Chirriaron los cerrojos. Con el hombro, Radom empujó la puerta, que arrastró al patrón y lo aplastó contra la pared. Los tres hombres entraron. En la sala común no había más que cuatro clientes que toqueteaban a unas muchachas, cuyos falsos gorjeos se convirtieron de pronto en gritos estridentes, ante la irrupción. Y en el fondo, en un rincón, el barón Glimski se levantó de su sillón con un empujón brutal al mancebo que lo abrazaba. Las mujeres y el bardaje se refugiaron debajo de las mesas, entre chillidos. Los aceros salieron de sus vainas, salvo el de Radom, que avanzó imperturbable hacia los dos soldados que les cerraban el paso, cogió las hojas de sus espadas en las manos y se las quitó como arranca una cocinera las plumas de una gallina. Luego agarró sus cabezas e hizo chocar tres veces sus cráneos, el uno contra el otro. Los dos hombres se derrumbaron. Sculteti, entre tanto, olvidó la famosa daga que tanto había elogiado, y como una gran bala de piedra proyectada desde la boca de una bombarda que tuviera por nombre Adamastor, se lanzó sobre su adversario, una especie de rata de alcantarilla, seco y nervioso, que enarbolaba un sable y un gran cuchillo. Los dos hombres chocaron. Sculteti aplastó con su masa a su enemigo hasta ahogarlo, y luego se levantó con la gracia de un elefante y le hundió la daga en el corazón.

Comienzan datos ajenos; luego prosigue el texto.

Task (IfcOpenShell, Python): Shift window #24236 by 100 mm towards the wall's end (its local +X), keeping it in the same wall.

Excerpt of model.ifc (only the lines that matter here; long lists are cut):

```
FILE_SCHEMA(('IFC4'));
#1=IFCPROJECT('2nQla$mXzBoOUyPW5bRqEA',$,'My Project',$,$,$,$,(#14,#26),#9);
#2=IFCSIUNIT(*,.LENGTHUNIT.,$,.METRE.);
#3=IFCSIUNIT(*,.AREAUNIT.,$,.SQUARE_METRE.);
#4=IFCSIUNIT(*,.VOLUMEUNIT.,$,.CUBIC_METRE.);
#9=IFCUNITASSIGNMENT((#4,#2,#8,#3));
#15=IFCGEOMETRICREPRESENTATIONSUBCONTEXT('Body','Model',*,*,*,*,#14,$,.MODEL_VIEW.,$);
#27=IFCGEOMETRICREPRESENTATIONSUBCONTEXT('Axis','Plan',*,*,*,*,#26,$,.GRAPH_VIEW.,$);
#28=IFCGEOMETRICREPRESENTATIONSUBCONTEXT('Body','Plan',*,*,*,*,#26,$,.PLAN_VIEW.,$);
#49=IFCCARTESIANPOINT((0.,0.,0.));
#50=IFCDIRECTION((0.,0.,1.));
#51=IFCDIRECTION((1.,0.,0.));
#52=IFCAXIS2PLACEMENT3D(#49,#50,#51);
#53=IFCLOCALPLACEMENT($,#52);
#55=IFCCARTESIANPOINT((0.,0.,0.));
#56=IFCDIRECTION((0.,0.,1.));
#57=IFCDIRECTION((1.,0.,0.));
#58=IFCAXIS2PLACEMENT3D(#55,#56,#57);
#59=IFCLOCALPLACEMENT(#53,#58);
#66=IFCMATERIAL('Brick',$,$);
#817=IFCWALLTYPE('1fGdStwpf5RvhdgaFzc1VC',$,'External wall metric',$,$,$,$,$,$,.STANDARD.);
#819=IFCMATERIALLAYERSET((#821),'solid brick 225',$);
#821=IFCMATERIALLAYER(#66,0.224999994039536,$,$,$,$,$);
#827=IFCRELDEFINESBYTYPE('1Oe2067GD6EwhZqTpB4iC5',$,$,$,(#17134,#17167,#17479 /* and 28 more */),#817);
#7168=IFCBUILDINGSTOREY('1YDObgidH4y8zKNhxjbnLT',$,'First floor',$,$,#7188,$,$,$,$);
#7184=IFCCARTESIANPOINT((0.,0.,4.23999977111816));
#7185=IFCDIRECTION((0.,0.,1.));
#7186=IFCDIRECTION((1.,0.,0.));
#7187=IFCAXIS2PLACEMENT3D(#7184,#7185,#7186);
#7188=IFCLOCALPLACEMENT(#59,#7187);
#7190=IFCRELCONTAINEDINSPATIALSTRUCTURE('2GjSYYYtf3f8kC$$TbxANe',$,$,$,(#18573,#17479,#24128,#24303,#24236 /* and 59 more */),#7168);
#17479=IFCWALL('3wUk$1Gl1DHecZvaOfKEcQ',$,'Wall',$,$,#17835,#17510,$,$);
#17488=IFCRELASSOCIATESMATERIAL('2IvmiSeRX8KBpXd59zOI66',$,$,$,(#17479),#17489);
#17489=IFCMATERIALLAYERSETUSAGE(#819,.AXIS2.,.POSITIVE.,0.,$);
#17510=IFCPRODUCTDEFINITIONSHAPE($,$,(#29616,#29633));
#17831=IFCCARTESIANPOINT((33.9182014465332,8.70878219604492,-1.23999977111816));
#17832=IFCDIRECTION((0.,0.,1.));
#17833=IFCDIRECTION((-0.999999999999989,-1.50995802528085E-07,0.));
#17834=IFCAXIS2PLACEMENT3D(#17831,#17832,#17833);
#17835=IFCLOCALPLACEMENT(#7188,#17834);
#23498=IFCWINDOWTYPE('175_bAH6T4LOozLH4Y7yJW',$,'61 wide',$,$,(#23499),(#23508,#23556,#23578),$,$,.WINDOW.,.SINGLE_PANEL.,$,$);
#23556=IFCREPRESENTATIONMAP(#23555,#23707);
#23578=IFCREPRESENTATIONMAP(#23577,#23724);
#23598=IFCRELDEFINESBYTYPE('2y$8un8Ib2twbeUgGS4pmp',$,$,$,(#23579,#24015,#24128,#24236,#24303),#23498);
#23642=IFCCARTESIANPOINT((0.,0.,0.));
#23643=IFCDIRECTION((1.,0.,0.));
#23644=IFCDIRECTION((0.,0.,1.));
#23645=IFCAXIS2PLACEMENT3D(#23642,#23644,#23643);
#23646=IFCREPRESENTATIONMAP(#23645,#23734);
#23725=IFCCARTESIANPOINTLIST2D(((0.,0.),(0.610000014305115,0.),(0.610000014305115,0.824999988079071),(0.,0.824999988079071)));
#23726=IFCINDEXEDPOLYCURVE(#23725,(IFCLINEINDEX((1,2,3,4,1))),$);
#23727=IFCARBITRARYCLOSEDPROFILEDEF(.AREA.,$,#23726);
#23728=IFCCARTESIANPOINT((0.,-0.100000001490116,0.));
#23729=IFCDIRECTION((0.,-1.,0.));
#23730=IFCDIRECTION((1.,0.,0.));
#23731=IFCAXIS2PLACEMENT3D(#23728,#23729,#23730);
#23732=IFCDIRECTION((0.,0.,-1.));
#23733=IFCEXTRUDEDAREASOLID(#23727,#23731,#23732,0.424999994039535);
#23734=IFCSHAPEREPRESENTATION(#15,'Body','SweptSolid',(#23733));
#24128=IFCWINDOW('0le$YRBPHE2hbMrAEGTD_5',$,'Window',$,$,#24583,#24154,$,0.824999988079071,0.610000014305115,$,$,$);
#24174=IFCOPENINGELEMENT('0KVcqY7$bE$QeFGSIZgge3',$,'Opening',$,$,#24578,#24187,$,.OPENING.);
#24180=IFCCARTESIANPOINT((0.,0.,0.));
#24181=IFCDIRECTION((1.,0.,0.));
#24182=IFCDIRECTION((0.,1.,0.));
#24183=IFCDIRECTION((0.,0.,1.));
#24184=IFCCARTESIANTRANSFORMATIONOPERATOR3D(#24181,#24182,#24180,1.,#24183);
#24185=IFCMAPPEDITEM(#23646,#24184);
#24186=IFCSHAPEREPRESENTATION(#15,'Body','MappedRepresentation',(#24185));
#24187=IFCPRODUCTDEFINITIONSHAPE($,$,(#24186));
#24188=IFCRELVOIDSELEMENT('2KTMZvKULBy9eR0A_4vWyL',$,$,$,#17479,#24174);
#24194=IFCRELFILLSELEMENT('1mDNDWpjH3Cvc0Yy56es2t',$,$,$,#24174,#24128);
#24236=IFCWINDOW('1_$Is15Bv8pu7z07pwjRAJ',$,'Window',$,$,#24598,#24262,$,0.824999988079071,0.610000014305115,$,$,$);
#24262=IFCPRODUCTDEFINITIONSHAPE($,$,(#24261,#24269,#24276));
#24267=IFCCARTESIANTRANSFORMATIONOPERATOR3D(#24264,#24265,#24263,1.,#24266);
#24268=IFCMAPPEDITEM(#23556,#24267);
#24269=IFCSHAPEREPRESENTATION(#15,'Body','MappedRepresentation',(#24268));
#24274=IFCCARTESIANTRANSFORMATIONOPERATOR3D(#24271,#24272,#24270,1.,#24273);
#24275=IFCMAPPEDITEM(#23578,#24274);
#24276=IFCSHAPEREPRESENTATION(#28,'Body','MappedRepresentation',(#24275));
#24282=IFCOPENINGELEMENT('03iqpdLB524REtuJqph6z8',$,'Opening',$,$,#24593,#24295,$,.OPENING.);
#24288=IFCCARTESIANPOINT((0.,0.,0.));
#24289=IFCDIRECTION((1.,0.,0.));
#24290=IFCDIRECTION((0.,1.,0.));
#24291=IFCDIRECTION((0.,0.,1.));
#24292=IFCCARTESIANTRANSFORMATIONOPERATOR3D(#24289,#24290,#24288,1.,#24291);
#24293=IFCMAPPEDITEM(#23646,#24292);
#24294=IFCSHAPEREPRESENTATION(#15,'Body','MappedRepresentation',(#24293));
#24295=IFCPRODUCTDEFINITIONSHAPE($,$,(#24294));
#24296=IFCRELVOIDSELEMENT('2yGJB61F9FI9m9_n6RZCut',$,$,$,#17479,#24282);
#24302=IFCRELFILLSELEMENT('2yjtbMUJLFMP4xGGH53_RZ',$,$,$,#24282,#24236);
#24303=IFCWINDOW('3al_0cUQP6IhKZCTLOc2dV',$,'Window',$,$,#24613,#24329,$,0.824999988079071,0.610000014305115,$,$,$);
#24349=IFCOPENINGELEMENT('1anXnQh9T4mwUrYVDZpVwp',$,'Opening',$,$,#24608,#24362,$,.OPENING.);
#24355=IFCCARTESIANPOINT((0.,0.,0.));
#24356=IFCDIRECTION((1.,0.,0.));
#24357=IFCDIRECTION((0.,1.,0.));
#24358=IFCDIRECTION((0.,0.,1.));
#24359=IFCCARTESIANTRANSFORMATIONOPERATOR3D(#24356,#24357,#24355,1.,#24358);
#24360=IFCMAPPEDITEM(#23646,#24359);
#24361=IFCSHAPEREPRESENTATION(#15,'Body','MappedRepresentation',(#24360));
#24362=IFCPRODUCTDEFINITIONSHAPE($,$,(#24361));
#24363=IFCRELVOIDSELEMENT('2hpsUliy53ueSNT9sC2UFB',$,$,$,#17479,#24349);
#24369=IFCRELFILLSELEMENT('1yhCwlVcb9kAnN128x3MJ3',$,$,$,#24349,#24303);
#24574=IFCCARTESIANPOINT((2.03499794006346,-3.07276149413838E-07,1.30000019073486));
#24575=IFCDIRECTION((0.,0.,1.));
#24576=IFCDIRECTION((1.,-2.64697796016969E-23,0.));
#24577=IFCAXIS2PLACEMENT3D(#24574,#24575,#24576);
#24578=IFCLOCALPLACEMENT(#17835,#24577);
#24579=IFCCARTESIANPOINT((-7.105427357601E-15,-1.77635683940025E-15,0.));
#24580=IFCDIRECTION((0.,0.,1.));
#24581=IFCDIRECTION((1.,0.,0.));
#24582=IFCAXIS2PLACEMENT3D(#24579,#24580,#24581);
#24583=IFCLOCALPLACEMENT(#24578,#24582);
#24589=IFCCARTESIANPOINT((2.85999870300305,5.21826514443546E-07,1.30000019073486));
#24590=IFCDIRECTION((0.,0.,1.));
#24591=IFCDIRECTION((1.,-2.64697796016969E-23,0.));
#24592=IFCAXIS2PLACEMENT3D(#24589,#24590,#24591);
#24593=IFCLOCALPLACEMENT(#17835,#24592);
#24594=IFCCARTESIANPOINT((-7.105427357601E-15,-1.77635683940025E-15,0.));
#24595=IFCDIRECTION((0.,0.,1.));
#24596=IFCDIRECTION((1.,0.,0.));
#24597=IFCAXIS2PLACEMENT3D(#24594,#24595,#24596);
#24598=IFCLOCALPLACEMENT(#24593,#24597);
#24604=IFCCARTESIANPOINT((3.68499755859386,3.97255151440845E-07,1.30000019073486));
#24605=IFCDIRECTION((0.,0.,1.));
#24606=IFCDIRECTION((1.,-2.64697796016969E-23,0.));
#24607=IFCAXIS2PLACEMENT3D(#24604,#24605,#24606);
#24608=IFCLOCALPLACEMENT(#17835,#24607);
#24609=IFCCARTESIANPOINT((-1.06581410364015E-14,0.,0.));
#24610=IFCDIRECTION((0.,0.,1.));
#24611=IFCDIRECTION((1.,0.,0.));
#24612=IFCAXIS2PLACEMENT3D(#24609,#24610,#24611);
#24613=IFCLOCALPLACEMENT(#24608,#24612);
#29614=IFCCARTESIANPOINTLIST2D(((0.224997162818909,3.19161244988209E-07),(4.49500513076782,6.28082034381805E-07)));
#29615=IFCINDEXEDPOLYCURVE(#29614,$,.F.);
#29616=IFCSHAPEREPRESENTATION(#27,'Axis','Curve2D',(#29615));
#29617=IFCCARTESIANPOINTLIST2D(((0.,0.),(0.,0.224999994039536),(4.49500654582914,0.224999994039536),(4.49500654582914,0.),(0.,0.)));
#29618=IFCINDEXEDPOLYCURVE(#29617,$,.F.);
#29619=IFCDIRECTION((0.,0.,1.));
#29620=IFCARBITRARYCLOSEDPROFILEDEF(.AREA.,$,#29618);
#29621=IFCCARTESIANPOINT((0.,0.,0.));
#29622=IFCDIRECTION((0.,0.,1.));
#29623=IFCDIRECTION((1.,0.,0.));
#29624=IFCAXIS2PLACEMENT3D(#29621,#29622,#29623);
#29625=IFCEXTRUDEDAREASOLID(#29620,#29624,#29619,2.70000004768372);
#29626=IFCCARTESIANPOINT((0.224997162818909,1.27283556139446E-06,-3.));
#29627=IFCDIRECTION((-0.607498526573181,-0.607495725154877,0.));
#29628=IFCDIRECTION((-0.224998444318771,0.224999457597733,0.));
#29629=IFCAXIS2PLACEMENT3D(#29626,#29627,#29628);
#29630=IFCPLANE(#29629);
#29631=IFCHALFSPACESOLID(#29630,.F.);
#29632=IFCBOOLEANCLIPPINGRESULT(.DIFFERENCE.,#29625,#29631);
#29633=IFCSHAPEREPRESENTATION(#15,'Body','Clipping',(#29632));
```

```python
import ifcopenshell
import ifcopenshell.api.geometry
import ifcopenshell.util.placement

model = ifcopenshell.open("model.ifc")

window = model.by_id(24236)
opening = window.FillsVoids[0].RelatingOpeningElement
wall = opening.VoidsElements[0].RelatingBuildingElement

wall_matrix = ifcopenshell.util.placement.get_local_placement(wall.ObjectPlacement)
shift = wall_matrix[:3, 0] * 0.1
before = ifcopenshell.util.placement.get_local_placement(window.ObjectPlacement)[:3, 3].copy()

# The window is placed relative to its opening, so it follows when the opening moves.
matrix = ifcopenshell.util.placement.get_local_placement(opening.ObjectPlacement)
matrix[:3, 3] += shift
ifcopenshell.api.geometry.edit_object_placement(
    model, product=opening, matrix=matrix, is_si=False, should_transform_children=True
)

after = ifcopenshell.util.placement.get_local_placement(window.ObjectPlacement)[:3, 3]
print("window moved by", (after - before).round(3) + 0.0)

model.write("model_updated.ifc")
```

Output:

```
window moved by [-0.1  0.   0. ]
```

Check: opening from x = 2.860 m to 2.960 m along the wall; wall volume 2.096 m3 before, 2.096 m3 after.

Mientras, Copérnico luchaba contra el cuarto guardia de Glimski, una especie de espantapájaros flaco y peludo que le recordaba a su maestro de armas, uno de los más famosos de Bolonia. El otro se defendía como podía contra aquel asalto poco ortodoxo pero impetuoso. Parada, finta, tercia, cuarta, las espadas se enredaron y la del espantapájaros salió volando y fue a clavarse en las tablas grasientas y mal ensambladas del suelo. El sicario cayó de rodillas y pidió gracia. Tal como lo exigen las reglas, su vencedor le puso la punta de la espada al pecho. Incluso lo habría saludado si Radom no se hubiera interpuesto y no hubiese rebanado el pescuezo del desventurado con un simple gesto, el de un campesino que corta el tallo de una alcachofa en su huerta. La sangre brotó como de una fuente y salpicó las botas del astrónomo.

Sólo quedaba Glimski. Estaba en pie, con los brazos cruzados, al fondo de la sala. Su rostro extraño recordaba a Nicolás de forma irresistible el del gran Kan, tal como lo había imaginado cuando leyó de niño El libro de las maravillas, de Marco Polo.

– Estoy esperando, señores. Acaben su trabajo -dijo, con una voz que no temblaba.

Copérnico y Sculteti se miraron, indecisos. ¿Qué había que hacer? Entonces se alzó, como un gruñido terrible, la voz de Radom:

– Salid los dos, salid, amos. Es trabajo mío, no vuestro.

Con un estremecimiento de pánico, Nicolás y Bernard huyeron del burdel, casi a la carrera. Cerraron la puerta detrás de ellos y esperaron. De súbito, oyeron un grito espantoso, luego otro, luego un tercero aún peor. Un silencio eterno. En lo alto, una estrella fugaz desgarró el cielo. Por fin apareció Radom y cerró con cuidado, con cierta compunción solemne, la puerta a su espalda, tal como sólo sabe hacerlo el más devoto de los criados.